Records from a collection:
********************

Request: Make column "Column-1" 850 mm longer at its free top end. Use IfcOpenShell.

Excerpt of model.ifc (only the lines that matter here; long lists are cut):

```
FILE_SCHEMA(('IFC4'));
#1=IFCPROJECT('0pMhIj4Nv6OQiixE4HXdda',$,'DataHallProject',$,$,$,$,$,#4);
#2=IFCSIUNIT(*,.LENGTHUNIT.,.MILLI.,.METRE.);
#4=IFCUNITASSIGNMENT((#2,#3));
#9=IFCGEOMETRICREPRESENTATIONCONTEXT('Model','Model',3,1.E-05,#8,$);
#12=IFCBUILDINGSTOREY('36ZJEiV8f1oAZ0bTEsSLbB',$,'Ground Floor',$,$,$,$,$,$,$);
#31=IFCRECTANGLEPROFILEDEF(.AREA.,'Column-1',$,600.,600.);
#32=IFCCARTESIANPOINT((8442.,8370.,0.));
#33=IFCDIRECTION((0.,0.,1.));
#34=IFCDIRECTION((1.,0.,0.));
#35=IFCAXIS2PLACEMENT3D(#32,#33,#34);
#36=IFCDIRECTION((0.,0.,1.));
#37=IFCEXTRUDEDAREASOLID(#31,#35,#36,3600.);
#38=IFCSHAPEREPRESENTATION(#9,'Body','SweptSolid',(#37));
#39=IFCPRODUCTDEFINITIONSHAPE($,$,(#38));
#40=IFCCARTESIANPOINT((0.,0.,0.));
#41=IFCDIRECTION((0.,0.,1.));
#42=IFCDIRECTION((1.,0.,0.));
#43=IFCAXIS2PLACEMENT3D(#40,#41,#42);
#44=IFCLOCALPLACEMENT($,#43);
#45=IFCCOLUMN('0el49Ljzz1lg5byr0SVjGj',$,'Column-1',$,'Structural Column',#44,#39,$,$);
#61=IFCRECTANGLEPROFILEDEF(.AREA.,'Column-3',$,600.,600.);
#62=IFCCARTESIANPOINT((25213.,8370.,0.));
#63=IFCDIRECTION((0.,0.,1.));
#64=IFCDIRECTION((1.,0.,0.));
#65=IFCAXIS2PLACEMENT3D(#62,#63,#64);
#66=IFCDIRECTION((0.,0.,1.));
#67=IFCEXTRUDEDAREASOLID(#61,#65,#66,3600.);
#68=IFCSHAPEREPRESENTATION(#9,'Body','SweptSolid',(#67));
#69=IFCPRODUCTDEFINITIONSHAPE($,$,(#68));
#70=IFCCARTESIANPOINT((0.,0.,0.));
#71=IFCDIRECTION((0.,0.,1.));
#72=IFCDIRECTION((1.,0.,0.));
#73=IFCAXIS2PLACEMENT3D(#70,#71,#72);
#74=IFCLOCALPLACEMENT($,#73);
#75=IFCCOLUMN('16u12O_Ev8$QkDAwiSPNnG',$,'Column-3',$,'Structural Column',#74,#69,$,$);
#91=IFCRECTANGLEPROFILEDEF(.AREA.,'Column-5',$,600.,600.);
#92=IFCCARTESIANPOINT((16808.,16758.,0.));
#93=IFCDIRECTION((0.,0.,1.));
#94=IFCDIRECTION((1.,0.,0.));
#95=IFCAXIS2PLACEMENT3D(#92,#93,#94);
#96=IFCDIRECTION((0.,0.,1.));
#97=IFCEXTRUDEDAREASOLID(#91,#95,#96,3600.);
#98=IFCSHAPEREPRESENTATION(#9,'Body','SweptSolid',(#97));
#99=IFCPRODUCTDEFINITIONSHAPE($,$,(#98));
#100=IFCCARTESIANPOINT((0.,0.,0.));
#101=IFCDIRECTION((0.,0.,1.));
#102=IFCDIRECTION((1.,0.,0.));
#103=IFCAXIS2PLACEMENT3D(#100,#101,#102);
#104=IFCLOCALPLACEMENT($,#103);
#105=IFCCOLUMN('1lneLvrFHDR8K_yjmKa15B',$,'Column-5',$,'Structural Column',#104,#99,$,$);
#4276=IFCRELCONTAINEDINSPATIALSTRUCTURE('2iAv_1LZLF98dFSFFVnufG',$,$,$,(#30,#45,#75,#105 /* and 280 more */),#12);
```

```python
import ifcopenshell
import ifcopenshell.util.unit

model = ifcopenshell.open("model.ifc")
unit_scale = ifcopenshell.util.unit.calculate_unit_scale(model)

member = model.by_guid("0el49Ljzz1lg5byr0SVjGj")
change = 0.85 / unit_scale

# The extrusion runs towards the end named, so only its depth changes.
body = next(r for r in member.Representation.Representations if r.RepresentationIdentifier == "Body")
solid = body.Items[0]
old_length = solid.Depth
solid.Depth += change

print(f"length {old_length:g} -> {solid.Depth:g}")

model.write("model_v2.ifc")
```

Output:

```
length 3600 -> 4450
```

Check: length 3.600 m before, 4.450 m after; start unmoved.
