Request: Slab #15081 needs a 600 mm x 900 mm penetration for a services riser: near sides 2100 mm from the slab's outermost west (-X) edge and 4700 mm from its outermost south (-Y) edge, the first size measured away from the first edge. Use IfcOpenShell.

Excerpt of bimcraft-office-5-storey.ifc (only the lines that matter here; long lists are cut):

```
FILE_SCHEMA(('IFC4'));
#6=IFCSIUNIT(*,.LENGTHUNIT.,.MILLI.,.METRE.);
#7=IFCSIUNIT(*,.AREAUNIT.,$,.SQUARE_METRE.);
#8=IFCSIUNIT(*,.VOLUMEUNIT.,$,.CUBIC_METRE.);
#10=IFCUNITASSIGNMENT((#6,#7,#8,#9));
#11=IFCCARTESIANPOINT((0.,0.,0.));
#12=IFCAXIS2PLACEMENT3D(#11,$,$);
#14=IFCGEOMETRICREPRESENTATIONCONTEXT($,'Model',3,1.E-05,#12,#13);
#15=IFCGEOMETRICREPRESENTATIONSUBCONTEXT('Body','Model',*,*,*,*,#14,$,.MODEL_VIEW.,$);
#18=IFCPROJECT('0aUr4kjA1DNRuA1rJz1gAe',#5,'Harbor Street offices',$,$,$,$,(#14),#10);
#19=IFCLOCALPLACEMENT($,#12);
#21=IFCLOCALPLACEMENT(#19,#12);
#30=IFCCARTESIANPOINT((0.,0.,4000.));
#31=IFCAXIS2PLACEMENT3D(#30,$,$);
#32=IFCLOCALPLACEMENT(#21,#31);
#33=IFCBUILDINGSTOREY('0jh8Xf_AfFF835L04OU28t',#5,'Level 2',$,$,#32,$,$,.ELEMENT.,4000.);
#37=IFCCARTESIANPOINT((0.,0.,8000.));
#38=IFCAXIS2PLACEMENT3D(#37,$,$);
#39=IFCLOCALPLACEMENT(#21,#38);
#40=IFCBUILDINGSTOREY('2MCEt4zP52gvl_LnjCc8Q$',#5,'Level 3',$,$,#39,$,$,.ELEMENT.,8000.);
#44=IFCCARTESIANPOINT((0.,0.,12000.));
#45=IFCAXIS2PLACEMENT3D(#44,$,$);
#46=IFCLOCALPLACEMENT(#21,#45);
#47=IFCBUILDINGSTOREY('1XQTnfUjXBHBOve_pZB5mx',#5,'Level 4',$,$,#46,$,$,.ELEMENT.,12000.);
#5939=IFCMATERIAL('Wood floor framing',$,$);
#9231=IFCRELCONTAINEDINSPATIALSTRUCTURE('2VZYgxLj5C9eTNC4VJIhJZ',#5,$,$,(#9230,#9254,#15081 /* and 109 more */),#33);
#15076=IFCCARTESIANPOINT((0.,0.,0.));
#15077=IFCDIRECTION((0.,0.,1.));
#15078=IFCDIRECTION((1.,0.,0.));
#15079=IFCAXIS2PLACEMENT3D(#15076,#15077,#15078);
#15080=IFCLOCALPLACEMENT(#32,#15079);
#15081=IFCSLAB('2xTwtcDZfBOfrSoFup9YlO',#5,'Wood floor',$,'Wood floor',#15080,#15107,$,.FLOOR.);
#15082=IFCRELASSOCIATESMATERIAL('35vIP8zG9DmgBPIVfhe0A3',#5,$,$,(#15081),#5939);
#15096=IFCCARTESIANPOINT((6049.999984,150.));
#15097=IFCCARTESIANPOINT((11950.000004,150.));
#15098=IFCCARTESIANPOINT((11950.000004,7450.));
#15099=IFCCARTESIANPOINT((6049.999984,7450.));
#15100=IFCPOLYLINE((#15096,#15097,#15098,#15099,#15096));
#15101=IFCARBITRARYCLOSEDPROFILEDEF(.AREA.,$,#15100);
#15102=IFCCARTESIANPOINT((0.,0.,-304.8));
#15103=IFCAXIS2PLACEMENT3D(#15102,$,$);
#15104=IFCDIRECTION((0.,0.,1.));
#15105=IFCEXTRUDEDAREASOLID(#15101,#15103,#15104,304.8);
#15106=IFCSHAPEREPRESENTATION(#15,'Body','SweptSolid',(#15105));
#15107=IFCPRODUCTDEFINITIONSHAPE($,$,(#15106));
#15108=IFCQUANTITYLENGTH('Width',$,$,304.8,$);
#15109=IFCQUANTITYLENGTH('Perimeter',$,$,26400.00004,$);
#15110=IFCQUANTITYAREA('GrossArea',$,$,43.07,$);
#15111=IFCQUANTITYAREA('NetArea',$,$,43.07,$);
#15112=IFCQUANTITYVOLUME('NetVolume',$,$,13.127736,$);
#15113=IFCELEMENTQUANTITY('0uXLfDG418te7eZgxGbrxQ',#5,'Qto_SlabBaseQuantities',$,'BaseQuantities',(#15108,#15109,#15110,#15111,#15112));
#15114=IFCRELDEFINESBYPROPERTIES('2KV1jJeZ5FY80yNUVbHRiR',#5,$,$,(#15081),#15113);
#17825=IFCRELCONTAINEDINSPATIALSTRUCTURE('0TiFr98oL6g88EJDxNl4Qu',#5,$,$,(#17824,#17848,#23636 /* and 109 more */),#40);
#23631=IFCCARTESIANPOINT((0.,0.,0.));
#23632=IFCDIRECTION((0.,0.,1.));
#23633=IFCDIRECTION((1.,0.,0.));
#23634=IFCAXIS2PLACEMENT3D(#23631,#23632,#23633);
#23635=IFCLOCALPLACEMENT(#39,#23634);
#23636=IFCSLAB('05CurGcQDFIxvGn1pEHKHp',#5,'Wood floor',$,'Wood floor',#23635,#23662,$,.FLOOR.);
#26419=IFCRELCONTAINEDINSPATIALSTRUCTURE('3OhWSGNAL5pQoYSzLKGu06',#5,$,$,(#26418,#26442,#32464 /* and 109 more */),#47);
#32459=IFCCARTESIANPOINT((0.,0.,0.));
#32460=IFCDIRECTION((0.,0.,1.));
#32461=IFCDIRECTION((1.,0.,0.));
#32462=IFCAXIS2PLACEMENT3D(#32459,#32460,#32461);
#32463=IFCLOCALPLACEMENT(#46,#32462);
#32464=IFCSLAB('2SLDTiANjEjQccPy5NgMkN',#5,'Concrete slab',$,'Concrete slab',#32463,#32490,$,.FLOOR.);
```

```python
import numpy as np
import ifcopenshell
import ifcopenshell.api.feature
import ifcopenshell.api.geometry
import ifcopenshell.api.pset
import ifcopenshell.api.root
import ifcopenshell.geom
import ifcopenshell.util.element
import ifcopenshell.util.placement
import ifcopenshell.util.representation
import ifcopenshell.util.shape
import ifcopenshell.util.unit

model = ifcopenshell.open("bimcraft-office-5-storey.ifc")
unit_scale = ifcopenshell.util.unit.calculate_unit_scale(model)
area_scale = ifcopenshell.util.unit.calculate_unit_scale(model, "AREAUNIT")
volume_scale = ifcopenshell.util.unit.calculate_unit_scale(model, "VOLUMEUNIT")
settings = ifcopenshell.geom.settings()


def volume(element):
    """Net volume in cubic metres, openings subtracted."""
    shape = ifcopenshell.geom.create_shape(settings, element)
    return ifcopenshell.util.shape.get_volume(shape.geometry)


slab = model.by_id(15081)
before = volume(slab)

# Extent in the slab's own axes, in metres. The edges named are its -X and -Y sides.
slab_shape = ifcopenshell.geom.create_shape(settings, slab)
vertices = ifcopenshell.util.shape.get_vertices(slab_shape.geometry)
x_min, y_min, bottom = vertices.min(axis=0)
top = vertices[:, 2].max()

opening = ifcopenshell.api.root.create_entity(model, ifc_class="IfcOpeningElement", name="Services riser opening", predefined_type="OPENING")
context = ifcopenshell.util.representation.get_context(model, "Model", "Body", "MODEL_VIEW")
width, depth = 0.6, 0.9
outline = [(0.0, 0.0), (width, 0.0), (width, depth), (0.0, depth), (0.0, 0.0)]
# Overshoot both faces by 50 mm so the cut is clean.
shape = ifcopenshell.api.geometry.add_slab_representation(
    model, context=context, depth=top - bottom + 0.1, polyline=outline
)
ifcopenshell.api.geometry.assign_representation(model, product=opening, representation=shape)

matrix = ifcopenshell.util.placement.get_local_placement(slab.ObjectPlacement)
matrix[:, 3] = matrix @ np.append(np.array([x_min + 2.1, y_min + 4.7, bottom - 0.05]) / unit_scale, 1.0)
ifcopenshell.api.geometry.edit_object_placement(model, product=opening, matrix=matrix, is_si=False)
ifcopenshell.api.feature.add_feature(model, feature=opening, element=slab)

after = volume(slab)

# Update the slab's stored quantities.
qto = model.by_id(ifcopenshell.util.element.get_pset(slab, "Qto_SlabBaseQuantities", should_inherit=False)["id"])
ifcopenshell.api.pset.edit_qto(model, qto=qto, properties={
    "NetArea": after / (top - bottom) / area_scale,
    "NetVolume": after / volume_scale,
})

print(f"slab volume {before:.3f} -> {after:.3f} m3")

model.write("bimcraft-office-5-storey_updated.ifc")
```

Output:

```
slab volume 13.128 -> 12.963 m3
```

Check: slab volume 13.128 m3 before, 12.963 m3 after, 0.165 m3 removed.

********************

→ **TASK OBJECTIVE**: Report, from the entries above, each line where "Request" is found.

→ **EXPECTED ANSWER**:
Request: Make column "Column-1" 850 mm longer at its free top end. Use IfcOpenShell.
Request: Slab #15081 needs a 600 mm x 900 mm penetration for a services riser: near sides 2100 mm from the slab's outermost west (-X) edge and 4700 mm from its outermost south (-Y) edge, the first size measured away from the first edge. Use IfcOpenShell.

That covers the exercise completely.